Iron ore futures continued their upward trajectory on Friday, supported by expectations of additional stimulus measures.
China’s post-pandemic recovery has significantly slowed after a strong start in the first quarter, creating pressure on policymakers to implement new stimulus measures. The hopes for stimulus were further fueled by weak export data in June, with China experiencing its sharpest decline in exports since the onset of the COVID-19 pandemic three years ago.
However, analysts caution that any stimulus measures are likely to be limited due to the heavy debts, particularly in the struggling property sector. The property sector, which plays a significant role in steel demand, is burdened by substantial debts. The government recently provided support measures and indicated that more support is on the horizon.
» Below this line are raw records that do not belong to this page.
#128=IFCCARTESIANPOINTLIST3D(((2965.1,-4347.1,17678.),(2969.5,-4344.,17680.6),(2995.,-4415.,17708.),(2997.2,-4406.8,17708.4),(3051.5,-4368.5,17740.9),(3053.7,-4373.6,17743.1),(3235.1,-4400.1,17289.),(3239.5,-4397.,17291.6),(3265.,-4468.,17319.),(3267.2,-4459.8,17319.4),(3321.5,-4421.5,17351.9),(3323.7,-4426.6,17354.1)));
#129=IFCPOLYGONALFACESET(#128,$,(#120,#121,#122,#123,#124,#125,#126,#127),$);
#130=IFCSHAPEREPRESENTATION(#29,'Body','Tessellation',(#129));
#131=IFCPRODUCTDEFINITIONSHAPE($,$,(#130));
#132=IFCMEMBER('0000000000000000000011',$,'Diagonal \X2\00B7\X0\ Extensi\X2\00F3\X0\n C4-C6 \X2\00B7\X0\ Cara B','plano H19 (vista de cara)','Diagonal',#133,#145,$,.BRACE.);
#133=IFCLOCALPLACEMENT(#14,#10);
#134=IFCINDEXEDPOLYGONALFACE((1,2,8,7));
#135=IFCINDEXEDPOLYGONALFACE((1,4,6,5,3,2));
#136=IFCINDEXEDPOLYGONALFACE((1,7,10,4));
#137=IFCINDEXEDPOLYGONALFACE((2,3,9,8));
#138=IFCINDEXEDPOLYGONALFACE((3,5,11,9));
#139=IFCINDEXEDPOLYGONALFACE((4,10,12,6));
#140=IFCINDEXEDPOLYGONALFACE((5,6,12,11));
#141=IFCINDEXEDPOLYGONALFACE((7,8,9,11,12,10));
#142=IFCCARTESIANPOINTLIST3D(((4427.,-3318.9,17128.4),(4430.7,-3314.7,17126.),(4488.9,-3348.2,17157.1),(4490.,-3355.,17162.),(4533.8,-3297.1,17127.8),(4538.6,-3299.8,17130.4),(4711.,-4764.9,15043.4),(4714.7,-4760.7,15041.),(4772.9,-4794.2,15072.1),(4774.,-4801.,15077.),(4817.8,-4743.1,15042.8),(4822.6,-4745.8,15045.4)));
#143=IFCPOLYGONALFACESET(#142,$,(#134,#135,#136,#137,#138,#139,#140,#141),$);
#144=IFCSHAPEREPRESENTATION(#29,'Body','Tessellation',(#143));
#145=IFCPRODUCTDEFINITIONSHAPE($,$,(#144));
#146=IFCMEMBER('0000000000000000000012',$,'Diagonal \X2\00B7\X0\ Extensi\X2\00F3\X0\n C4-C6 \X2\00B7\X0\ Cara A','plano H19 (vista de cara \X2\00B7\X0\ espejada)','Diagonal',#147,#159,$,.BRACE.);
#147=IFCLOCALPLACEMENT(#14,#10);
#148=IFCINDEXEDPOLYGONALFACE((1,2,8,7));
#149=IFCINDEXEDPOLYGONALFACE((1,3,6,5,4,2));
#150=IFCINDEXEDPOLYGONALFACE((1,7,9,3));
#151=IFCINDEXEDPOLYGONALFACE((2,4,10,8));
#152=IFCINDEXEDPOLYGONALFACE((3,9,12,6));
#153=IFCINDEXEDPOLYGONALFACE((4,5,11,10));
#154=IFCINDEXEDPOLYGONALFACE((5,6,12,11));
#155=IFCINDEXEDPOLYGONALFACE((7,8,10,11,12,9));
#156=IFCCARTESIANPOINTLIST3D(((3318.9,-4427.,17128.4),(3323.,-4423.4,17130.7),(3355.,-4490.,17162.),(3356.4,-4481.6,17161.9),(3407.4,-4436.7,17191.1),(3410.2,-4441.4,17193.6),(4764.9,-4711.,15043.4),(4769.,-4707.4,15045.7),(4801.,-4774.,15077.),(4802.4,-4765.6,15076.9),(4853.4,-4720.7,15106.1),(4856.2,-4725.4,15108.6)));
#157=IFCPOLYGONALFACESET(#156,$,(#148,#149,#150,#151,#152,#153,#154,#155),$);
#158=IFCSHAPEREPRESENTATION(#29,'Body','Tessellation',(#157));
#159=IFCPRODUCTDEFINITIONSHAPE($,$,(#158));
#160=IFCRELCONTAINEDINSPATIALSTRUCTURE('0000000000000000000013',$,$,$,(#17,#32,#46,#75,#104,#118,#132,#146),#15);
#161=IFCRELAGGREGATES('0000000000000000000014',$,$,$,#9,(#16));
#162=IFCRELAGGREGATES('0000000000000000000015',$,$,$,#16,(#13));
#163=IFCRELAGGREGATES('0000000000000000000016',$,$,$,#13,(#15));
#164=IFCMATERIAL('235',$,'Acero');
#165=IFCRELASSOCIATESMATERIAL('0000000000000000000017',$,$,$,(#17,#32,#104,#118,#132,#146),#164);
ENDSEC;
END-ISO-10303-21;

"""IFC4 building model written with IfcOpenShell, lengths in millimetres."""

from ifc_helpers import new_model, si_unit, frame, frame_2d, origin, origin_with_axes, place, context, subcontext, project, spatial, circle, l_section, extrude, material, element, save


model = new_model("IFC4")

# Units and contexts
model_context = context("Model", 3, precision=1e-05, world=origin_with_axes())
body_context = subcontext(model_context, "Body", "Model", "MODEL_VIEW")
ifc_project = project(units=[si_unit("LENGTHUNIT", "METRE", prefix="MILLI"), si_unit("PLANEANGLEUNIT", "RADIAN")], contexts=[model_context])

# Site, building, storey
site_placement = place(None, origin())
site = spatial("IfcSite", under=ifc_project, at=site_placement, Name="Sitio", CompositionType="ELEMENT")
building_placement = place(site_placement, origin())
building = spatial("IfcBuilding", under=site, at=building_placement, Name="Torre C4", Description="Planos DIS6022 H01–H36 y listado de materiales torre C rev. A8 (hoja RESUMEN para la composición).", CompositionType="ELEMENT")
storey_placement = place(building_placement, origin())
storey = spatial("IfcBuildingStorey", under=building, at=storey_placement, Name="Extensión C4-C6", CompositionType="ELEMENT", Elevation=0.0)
Despite these developments, the steel market fundamentals remain uncertain due to adverse weather conditions, such as high temperatures and heavy rains in various parts of the country. As a result, there has been a rise in inventory levels of major finished steel products at Chinese warehouses.
At the Dalian Commodity Exchange, iron ore futures for the September contract witnessed a 2.54pct increase, reaching 849 yuan (USD 118.5). Similarly, Dalian coke and coking coal futures experienced gains of 1.98pct and 2.85pct respectively, with morning trades concluding at 2,219 yuan (USD 310) per ton and 1,425.5 yuan (USD 199) per ton.
Rebar futures rose by 1.59pct, settling at 3,774 yuan (USD 527) per ton, while HRC futures increased by 1.39pct, reaching 3,874 yuan (USD 541) per ton. Wire rod futures saw a 0.75pct increase, reaching 4,145 yuan (USD 579) per ton. Stainless steel futures remained relatively stable at 14,960 yuan (USD 2,089) per ton.